SSE2 optimizations are only for very old machines. The extension has many restrictions so AreaFast method can be optimized only by using SSE4.1 and higher.

ermig1979 commented 2 years ago

One of the main reason why you don't have any gain might be that fact that your task is restricted by memory throughput.

mikeversteeg commented 2 years ago

I do not understand. How does this explain all other filters are much faster?
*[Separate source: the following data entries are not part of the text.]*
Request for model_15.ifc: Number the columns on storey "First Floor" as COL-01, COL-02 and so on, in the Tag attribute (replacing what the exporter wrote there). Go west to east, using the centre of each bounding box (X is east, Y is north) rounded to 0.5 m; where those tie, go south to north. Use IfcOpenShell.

First a look at what the model holds.

```python
import ifcopenshell
import ifcopenshell.util.element
import ifcopenshell.util.placement

model = ifcopenshell.open("model_15.ifc")
print(model.schema)
storey = next(s for s in model.by_type("IfcBuildingStorey") if s.Name == "First Floor")
columns = [e for e in ifcopenshell.util.element.get_decomposition(storey) if e.is_a("IfcColumn")]
for e in sorted(columns, key=lambda e: e.id()):
    origin = ifcopenshell.util.placement.get_local_placement(e.ObjectPlacement)[:3, 3]
    print(e.id(), e.Tag, e.Name, origin.round(2) + 0.0, sep=" | ")
```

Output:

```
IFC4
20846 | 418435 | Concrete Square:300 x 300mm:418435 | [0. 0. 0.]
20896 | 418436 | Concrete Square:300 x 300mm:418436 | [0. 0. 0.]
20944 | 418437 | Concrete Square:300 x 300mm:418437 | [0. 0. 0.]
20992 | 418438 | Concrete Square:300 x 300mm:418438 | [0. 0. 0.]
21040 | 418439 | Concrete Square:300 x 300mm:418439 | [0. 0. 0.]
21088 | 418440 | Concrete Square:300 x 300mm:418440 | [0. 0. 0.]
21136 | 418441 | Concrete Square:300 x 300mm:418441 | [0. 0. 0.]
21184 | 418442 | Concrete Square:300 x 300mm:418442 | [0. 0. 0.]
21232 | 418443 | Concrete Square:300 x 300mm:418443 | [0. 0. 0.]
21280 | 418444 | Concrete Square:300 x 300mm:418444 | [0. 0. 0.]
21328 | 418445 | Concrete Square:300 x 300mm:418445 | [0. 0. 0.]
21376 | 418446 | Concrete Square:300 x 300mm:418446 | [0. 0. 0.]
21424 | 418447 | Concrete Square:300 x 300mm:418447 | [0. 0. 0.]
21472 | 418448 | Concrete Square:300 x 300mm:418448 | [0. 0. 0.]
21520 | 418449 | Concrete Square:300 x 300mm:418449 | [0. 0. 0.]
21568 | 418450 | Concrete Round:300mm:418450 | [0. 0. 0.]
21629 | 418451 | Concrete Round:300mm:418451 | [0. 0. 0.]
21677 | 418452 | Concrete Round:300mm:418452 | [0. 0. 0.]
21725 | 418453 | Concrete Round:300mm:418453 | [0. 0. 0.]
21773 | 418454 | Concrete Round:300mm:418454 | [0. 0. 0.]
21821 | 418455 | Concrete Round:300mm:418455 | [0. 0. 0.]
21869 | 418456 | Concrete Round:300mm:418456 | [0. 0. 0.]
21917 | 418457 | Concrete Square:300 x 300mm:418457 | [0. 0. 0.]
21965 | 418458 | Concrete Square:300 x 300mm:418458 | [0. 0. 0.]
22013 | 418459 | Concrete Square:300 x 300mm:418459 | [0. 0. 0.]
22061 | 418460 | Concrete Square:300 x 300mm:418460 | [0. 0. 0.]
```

```python
import ifcopenshell
import ifcopenshell.geom
import ifcopenshell.util.element
import ifcopenshell.util.shape

model = ifcopenshell.open("model_15.ifc")
settings = ifcopenshell.geom.settings()
settings.set("use-world-coords", True)


def centre(element):
    shape = ifcopenshell.geom.create_shape(settings, element)
    return ifcopenshell.util.shape.get_bbox_centroid(shape.geometry)


storey = next(s for s in model.by_type("IfcBuildingStorey") if s.Name == "First Floor")
columns = [e for e in ifcopenshell.util.element.get_decomposition(storey) if e.is_a("IfcColumn")]

# Insertion points can sit at a corner or the storey origin, so sort by the geometry (in metres).
centres = {e: centre(e) for e in columns}
columns.sort(key=lambda e: (round(centres[e][0] / 0.5), centres[e][1]))

for i, e in enumerate(columns, start=1):
    number = f"COL-{i:02d}"
    e.Tag = number
    print(e.id(), number)

model.write("model_15_edited.ifc")
```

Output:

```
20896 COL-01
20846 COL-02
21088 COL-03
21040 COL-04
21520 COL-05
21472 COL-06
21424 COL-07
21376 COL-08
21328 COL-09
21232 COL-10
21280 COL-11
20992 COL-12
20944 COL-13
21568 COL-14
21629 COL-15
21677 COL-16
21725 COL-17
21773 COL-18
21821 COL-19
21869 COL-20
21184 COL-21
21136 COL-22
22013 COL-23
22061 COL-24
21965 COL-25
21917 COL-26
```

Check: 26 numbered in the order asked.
ermig1979 commented 2 years ago

It's my assumption.

mikeversteeg commented 2 years ago

With all due respect, I would argue your assumption is flawed. I see no reason why memory bandwidth required for SimdResizeMethodArea(Fast)is higher than for other filters. Also my timing graphs show there is no extra wait, in fact there is still plenty of time before the next frame requires processing. Despite my reservations I did repeat my tests using only 25% of the original resizing tasks, and there still was no difference in CPU usage between SimdResizeMethodAreaFastand SimdResizeMethodArea.

ermig1979 commented 2 years ago

It would be great if you give here example with using of SimdResizer which give the same performance result both cases (Area and AreaFast).

mikeversteeg commented 2 years ago

Yes, but I doubt that will be easy. I am testing under real life conditions using multiple resizers in various sizes, various sources, various targets (some resize to a shared target), all running in their own threads. So far I've not been able to see a performance difference. But my app and your test are very different. It remains a mystery.